» **EXERCISE DATA**:
-=-=-=-=-

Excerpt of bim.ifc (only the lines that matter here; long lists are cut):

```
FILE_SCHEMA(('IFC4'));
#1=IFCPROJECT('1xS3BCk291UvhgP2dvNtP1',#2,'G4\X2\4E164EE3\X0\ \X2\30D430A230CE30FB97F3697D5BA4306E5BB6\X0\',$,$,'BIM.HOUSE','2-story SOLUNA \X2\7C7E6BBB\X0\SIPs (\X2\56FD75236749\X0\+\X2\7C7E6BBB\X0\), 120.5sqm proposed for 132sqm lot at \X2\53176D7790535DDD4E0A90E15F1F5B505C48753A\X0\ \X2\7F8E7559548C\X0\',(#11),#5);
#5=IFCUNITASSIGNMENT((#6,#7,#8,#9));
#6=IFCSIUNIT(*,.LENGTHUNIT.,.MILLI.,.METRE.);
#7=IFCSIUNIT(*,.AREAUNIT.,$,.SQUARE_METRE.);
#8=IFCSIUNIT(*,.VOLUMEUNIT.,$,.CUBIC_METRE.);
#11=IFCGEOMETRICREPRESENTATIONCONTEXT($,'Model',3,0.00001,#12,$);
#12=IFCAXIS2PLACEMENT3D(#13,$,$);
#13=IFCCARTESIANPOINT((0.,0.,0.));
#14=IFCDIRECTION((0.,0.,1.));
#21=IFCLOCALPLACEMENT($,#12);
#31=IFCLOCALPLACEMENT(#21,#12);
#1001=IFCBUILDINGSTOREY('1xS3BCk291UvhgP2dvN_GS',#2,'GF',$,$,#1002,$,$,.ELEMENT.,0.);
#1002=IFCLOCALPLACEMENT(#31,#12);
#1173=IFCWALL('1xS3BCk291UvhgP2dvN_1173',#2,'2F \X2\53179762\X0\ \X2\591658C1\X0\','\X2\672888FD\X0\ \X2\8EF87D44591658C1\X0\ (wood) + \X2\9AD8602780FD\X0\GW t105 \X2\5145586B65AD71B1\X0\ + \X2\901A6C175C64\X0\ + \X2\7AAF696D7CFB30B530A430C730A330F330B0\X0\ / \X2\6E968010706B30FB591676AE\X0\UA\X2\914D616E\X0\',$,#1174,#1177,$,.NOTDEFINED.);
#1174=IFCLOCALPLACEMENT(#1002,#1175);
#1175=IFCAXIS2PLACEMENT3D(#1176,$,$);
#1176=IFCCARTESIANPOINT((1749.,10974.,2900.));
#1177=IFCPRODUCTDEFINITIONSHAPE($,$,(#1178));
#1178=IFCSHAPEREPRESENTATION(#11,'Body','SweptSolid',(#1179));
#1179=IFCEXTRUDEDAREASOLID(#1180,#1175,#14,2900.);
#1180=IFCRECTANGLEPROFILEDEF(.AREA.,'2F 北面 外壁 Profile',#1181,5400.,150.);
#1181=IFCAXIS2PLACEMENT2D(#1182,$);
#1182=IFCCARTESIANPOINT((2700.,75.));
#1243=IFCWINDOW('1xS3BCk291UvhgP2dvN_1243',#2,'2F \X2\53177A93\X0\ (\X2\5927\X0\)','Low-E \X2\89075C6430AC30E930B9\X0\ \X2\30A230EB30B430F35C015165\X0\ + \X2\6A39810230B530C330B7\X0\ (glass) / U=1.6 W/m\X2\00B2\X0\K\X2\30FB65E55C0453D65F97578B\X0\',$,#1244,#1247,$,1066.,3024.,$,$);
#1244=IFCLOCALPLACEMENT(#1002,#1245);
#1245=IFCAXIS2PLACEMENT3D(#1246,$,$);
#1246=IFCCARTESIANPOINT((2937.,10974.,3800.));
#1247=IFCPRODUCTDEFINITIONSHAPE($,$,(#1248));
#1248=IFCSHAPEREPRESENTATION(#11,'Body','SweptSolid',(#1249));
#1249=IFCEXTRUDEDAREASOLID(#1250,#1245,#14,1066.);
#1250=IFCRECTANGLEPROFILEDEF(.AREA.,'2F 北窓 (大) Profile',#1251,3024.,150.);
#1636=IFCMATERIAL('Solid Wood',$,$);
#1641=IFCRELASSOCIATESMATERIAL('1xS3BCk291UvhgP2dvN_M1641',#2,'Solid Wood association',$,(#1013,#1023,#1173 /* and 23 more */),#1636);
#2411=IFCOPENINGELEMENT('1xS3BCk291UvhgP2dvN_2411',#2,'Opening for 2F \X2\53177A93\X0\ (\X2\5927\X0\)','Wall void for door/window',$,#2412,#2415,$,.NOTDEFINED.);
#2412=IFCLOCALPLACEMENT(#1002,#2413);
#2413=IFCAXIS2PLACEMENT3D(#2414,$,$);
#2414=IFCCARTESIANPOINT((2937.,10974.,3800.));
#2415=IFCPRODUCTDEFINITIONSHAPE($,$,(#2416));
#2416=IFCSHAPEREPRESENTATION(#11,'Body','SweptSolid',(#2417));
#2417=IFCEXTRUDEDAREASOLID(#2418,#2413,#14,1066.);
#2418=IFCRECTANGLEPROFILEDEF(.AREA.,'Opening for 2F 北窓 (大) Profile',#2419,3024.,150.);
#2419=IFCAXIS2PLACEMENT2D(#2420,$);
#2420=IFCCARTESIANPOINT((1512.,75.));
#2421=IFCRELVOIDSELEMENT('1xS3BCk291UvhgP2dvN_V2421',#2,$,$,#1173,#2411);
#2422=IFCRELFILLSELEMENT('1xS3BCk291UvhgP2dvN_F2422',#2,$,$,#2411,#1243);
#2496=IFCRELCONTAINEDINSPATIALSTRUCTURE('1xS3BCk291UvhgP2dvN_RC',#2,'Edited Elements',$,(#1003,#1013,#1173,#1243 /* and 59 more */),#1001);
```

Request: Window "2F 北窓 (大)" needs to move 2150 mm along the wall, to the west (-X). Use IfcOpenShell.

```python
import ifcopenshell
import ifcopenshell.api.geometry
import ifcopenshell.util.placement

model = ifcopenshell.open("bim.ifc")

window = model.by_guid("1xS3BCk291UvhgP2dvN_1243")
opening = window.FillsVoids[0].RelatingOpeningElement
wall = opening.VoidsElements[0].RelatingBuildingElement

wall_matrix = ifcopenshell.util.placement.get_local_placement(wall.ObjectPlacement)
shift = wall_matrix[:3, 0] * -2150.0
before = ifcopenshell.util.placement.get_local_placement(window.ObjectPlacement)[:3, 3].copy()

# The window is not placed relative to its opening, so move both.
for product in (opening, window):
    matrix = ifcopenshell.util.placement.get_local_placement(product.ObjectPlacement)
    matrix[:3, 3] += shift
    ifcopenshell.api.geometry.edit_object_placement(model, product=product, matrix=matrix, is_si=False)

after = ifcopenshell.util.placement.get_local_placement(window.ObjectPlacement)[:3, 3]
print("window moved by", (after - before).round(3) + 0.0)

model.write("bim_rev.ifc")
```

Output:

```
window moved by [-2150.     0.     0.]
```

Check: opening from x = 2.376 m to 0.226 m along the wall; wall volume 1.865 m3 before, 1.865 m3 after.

-=-=-=-=-

Find the word "IFCPRODUCTDEFINITIONSHAPE" in the entries above, then copy each line that holds it.

#1177=IFCPRODUCTDEFINITIONSHAPE($,$,(#1178));
#1247=IFCPRODUCTDEFINITIONSHAPE($,$,(#1248));
#2415=IFCPRODUCTDEFINITIONSHAPE($,$,(#2416));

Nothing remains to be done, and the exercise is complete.